# GOAL OF THE EXERCISE
Your answer should be the records below, written out exactly.

# Collected data
+++

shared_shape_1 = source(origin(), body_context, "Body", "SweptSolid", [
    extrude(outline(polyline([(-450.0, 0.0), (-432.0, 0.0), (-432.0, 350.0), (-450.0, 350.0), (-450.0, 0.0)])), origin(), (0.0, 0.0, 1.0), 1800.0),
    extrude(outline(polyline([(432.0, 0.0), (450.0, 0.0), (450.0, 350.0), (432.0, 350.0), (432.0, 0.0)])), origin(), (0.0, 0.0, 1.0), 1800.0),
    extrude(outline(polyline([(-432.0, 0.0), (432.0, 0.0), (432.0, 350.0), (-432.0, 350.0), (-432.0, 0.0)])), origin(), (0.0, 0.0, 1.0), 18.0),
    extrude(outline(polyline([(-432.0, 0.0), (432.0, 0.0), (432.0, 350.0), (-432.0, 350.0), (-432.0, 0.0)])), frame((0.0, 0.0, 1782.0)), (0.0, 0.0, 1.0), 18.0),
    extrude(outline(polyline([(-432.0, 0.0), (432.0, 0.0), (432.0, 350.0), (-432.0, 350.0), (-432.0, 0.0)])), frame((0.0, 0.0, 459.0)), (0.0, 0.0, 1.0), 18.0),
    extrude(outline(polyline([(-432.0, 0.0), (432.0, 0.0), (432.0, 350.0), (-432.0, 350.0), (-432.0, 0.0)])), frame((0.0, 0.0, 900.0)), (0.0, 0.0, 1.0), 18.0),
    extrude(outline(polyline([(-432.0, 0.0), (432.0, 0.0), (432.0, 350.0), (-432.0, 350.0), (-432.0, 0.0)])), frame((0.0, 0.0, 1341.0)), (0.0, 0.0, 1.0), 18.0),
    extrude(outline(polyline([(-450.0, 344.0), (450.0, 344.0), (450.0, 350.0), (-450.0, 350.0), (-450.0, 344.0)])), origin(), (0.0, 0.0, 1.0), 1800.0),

+++

# RESULT FOR THIS EXERCISE
shared_shape_1 = source(origin(), body_context, "Body", "SweptSolid", [
    extrude(outline(polyline([(-450.0, 0.0), (-432.0, 0.0), (-432.0, 350.0), (-450.0, 350.0), (-450.0, 0.0)])), origin(), (0.0, 0.0, 1.0), 1800.0),
    extrude(outline(polyline([(432.0, 0.0), (450.0, 0.0), (450.0, 350.0), (432.0, 350.0), (432.0, 0.0)])), origin(), (0.0, 0.0, 1.0), 1800.0),
    extrude(outline(polyline([(-432.0, 0.0), (432.0, 0.0), (432.0, 350.0), (-432.0, 350.0), (-432.0, 0.0)])), origin(), (0.0, 0.0, 1.0), 18.0),
    extrude(outline(polyline([(-432.0, 0.0), (432.0, 0.0), (432.0, 350.0), (-432.0, 350.0), (-432.0, 0.0)])), frame((0.0, 0.0, 1782.0)), (0.0, 0.0, 1.0), 18.0),
    extrude(outline(polyline([(-432.0, 0.0), (432.0, 0.0), (432.0, 350.0), (-432.0, 350.0), (-432.0, 0.0)])), frame((0.0, 0.0, 459.0)), (0.0, 0.0, 1.0), 18.0),
    extrude(outline(polyline([(-432.0, 0.0), (432.0, 0.0), (432.0, 350.0), (-432.0, 350.0), (-432.0, 0.0)])), frame((0.0, 0.0, 900.0)), (0.0, 0.0, 1.0), 18.0),
    extrude(outline(polyline([(-432.0, 0.0), (432.0, 0.0), (432.0, 350.0), (-432.0, 350.0), (-432.0, 0.0)])), frame((0.0, 0.0, 1341.0)), (0.0, 0.0, 1.0), 18.0),
    extrude(outline(polyline([(-450.0, 344.0), (450.0, 344.0), (450.0, 350.0), (-450.0, 350.0), (-450.0, 344.0)])), origin(), (0.0, 0.0, 1.0), 1800.0),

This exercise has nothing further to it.